Прихотливая память ведет меня извилистой тропой, уводя от Ирины Макаровой, – а на самом деле, лишь приводя к ней, только окольным путем, и я вспоминаю о других бакинцах, чья жизнь оборвалась внезапно – у каждого по-разному, у каждого по-своему, – но так и не дав им сказать своего последнего слова.
Если мои одноклассники живы и здравствуют, но, как неоднократно мною будет сказано, они – суть тени, плод моего воображения, то эти люди, став тенями, как живые стоят передо мной.

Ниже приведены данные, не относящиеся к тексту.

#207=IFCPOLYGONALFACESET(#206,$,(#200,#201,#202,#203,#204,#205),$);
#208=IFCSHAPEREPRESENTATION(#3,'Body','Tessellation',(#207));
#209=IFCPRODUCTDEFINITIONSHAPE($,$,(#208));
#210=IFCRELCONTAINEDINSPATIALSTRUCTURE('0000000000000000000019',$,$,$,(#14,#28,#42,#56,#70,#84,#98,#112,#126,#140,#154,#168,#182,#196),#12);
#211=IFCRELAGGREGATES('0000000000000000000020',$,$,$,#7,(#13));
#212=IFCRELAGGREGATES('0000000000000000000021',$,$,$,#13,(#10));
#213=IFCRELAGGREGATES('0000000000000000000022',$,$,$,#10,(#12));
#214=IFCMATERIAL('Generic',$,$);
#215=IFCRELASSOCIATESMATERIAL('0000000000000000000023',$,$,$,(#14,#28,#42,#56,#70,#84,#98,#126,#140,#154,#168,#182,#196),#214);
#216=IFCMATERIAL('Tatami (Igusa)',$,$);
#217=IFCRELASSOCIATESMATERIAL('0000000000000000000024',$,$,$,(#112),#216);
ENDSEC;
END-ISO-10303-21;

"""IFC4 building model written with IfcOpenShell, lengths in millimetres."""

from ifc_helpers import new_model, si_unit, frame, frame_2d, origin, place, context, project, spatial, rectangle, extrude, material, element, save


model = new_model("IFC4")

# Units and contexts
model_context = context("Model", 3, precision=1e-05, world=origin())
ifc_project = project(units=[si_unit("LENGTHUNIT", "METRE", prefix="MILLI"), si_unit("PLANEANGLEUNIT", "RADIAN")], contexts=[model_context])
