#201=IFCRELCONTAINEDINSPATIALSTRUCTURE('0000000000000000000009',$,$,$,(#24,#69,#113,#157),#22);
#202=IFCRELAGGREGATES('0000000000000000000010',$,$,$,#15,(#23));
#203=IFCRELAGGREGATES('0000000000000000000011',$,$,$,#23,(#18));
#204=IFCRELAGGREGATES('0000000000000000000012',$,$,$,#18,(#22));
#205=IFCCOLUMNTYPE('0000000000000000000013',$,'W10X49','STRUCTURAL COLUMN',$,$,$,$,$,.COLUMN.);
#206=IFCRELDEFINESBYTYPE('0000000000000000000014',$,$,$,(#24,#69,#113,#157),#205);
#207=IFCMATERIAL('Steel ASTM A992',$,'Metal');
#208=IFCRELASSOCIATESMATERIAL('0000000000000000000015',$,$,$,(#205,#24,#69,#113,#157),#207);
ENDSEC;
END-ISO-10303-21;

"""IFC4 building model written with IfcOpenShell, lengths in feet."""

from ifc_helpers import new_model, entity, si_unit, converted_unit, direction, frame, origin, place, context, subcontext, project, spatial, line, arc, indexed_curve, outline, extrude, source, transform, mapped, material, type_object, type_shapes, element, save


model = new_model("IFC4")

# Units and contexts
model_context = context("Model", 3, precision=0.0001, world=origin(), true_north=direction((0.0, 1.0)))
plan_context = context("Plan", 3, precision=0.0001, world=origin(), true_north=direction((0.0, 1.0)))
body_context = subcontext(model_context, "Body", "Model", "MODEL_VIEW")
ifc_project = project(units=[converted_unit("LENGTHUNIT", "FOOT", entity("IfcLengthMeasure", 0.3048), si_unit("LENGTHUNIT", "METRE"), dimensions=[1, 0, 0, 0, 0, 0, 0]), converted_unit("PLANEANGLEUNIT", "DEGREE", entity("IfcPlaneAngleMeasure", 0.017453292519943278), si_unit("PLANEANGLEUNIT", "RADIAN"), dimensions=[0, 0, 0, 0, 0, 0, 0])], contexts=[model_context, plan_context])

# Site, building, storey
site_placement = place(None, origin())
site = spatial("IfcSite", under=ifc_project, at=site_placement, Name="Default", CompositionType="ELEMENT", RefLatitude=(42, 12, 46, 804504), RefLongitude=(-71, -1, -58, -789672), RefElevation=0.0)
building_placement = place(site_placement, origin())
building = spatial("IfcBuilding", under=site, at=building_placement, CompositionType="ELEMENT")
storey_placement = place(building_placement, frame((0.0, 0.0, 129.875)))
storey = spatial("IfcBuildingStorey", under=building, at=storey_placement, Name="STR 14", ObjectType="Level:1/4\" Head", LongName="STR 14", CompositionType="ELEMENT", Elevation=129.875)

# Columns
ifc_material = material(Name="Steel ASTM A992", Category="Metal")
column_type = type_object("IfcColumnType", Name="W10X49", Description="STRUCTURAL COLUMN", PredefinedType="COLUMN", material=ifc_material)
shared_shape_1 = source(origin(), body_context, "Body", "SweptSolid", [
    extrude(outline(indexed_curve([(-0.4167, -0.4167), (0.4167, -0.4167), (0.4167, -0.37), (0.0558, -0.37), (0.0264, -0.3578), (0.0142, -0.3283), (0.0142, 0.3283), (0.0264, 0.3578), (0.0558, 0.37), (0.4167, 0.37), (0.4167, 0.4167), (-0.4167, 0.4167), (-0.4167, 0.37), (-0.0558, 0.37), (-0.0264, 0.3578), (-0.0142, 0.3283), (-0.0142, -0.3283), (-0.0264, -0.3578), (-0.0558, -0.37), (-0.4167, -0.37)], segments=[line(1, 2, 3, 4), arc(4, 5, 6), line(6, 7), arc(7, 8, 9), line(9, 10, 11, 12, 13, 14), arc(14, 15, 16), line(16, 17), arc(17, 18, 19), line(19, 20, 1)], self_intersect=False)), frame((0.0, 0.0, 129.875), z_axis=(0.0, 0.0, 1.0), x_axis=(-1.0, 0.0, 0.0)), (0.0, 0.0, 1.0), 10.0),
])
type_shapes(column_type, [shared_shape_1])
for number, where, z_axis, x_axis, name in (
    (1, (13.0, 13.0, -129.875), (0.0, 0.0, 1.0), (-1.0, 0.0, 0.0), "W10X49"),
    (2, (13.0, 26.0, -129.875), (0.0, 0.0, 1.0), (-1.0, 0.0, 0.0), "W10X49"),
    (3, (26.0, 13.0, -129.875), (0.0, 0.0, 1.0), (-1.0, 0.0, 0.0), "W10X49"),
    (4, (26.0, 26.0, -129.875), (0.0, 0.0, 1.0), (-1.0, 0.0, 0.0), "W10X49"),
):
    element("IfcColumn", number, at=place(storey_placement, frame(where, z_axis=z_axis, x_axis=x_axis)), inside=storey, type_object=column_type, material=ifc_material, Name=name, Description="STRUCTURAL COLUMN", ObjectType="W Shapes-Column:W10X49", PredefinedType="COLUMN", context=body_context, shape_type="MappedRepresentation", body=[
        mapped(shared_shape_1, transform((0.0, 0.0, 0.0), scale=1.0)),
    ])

И: вот – они и все, что с ними связано; их судьбы и время, в котором они жили…
Слово и облик
23 апреля…
…«Мещане» у Товстоногова. Тоска смертная, но играют очень здорово…
К сожалению, этого человека уже нет с нами больше десяти лет.
Александр Гольдштейн – лауреат Букеровской и Анти-Букеровской премии за книгу критики, изданную в Москве.
Родился в Таллине, жил и учился в Баку, пропадал в Питере, оказался в Тель-Авиве.
Невысокого роста, очки, переезжающие переносицу, кажутся старомодным пенсне, вежлив и учтив, ничто не выдает в нем парадоксалиста и ниспровергателя основ, участника скандальных перформансов, автора отточенных по мастерству эскападных эссе. Его слог умыт и крепко сколочен, обладает мощной энергетикой, которая приводит в раздражение всякого рода «образованцев» от литературы и журналистики; «о чем он пишет? – вопиют они, – к чему призывает? почему сквозь его смысл приходится продираться, как сквозь густые заросли?»; если бы знать ответы на эти «почему».
Но странное дело: во всяком случае, для меня, облик Александра Гольдштейна неизменен, как глянцевая обложка знаменитого шоколада «Альпенгольд», до той поры, пока не соприкасается со словом.
Нет, не так.
Облик его перетекает в облако,
но вот: явлено слово, звенящее, как кольчуга.
Боже мой, что делает с ним слово, как оно преобразует облик его, как корежит лик;
и: не Гольдштейн это,
а безумный Бэтмен в поисках золотого камня, в поисках совеющих словосочетаний, динамитных фраз, от которых махровые интеллигенты выпрыгивают из штанов.
«Энергейя и эргон революции» – вот название цикла статей, посвященных литературе победившего социализма. В орбиту внимания неугомонного Гольдштейна попадают оплеванный за последнее время Маяковский, облизанный Белинков, оболганный Харитонов… да мало ли еще кто?!
Полагаю книгу «Расставание с Нарциссом», в которую вошел упомянутый цикл статей, одной из лучших в сфере литературной критики за последнее десятилетие.
Право, ничего, кроме растерянности, не оставляет попытка проникнуть в суть явления по имени «Александр Гольдштейн». Ибо внешняя его оболочка суть застенчивость и робость, нерешительность и сдержанность.
Парадокс, но, став редактором некоего литературного приложения, он – по идее – должен был обрести для себя наконец некую точку опоры. Но: Боже – куда только подевались удаль и ярость, бушующие во всех его книгах? где, в каких мирах растворился азарт, наполнявший, как ветер, каждую гольдштейновскую строку?
Вот яркий пример того, как служение слову уступило служению делу, кондовому ремеслу.
Кстати, по этому поводу вспоминается и еще один смешной случай, зафиксированный в этом же дневнике.
Алла Демидова рассказывала Катаняну, как она общалась в столовой какого-то дома отдыха с Мариэттой Шагинян.
Как все глухие, «железная» Мариэтта говорила очень громко, через весь зал.
И вот она обращается таким образом к Демидовой:
– А где ты живешь в Москве?
– Там-то и там-то.
– А муж есть?
– Есть.
– А дети?
– Детей нет.
– Предохраняешься?! – орет Шагинян так, что слышно на кухне.
Может быть, редактируя свое литературное приложение, Гольдштейн предохраняется?
– Марик, дружище, привет! – это традиционный ритуал, с которого Александр, как правило, начинает нашу встречу.